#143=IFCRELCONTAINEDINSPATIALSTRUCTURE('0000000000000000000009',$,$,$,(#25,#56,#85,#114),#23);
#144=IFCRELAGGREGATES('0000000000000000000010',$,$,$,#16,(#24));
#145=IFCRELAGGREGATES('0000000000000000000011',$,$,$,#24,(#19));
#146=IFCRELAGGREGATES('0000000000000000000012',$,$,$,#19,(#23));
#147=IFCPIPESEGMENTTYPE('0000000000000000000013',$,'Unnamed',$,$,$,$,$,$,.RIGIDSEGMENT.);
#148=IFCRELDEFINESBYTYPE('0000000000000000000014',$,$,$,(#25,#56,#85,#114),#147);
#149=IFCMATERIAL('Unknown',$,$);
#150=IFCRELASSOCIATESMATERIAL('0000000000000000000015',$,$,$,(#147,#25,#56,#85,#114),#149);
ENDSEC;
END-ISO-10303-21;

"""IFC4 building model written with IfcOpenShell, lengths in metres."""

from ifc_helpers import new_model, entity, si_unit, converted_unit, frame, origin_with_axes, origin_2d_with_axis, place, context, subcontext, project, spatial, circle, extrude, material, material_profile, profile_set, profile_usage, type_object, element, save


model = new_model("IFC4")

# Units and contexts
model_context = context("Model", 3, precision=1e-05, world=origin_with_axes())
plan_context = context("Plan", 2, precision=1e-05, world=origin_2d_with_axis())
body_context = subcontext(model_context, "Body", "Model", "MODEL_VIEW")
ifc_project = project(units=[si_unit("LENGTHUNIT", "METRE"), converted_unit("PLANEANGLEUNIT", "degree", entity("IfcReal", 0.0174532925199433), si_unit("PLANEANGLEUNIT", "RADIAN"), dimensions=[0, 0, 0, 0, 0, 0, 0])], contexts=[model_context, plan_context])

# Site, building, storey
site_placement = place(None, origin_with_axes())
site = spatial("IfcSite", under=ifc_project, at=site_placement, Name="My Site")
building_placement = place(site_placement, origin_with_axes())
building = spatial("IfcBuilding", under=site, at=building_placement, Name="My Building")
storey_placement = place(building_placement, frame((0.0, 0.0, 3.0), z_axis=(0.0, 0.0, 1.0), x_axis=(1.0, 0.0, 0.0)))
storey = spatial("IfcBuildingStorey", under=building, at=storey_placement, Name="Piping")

**TASK TO CARRY OUT**
Set down the complete listing once more, exactly as it appears.

**RESULT FOR THIS EXERCISE**
#143=IFCRELCONTAINEDINSPATIALSTRUCTURE('0000000000000000000009',$,$,$,(#25,#56,#85,#114),#23);
#144=IFCRELAGGREGATES('0000000000000000000010',$,$,$,#16,(#24));
#145=IFCRELAGGREGATES('0000000000000000000011',$,$,$,#24,(#19));
#146=IFCRELAGGREGATES('0000000000000000000012',$,$,$,#19,(#23));
#147=IFCPIPESEGMENTTYPE('0000000000000000000013',$,'Unnamed',$,$,$,$,$,$,.RIGIDSEGMENT.);
#148=IFCRELDEFINESBYTYPE('0000000000000000000014',$,$,$,(#25,#56,#85,#114),#147);
#149=IFCMATERIAL('Unknown',$,$);
#150=IFCRELASSOCIATESMATERIAL('0000000000000000000015',$,$,$,(#147,#25,#56,#85,#114),#149);
ENDSEC;
END-ISO-10303-21;

"""IFC4 building model written with IfcOpenShell, lengths in metres."""

from ifc_helpers import new_model, entity, si_unit, converted_unit, frame, origin_with_axes, origin_2d_with_axis, place, context, subcontext, project, spatial, circle, extrude, material, material_profile, profile_set, profile_usage, type_object, element, save


model = new_model("IFC4")

# Units and contexts
model_context = context("Model", 3, precision=1e-05, world=origin_with_axes())
plan_context = context("Plan", 2, precision=1e-05, world=origin_2d_with_axis())
body_context = subcontext(model_context, "Body", "Model", "MODEL_VIEW")
ifc_project = project(units=[si_unit("LENGTHUNIT", "METRE"), converted_unit("PLANEANGLEUNIT", "degree", entity("IfcReal", 0.0174532925199433), si_unit("PLANEANGLEUNIT", "RADIAN"), dimensions=[0, 0, 0, 0, 0, 0, 0])], contexts=[model_context, plan_context])

# Site, building, storey
site_placement = place(None, origin_with_axes())
site = spatial("IfcSite", under=ifc_project, at=site_placement, Name="My Site")
building_placement = place(site_placement, origin_with_axes())
building = spatial("IfcBuilding", under=site, at=building_placement, Name="My Building")
storey_placement = place(building_placement, frame((0.0, 0.0, 3.0), z_axis=(0.0, 0.0, 1.0), x_axis=(1.0, 0.0, 0.0)))
storey = spatial("IfcBuildingStorey", under=building, at=storey_placement, Name="Piping")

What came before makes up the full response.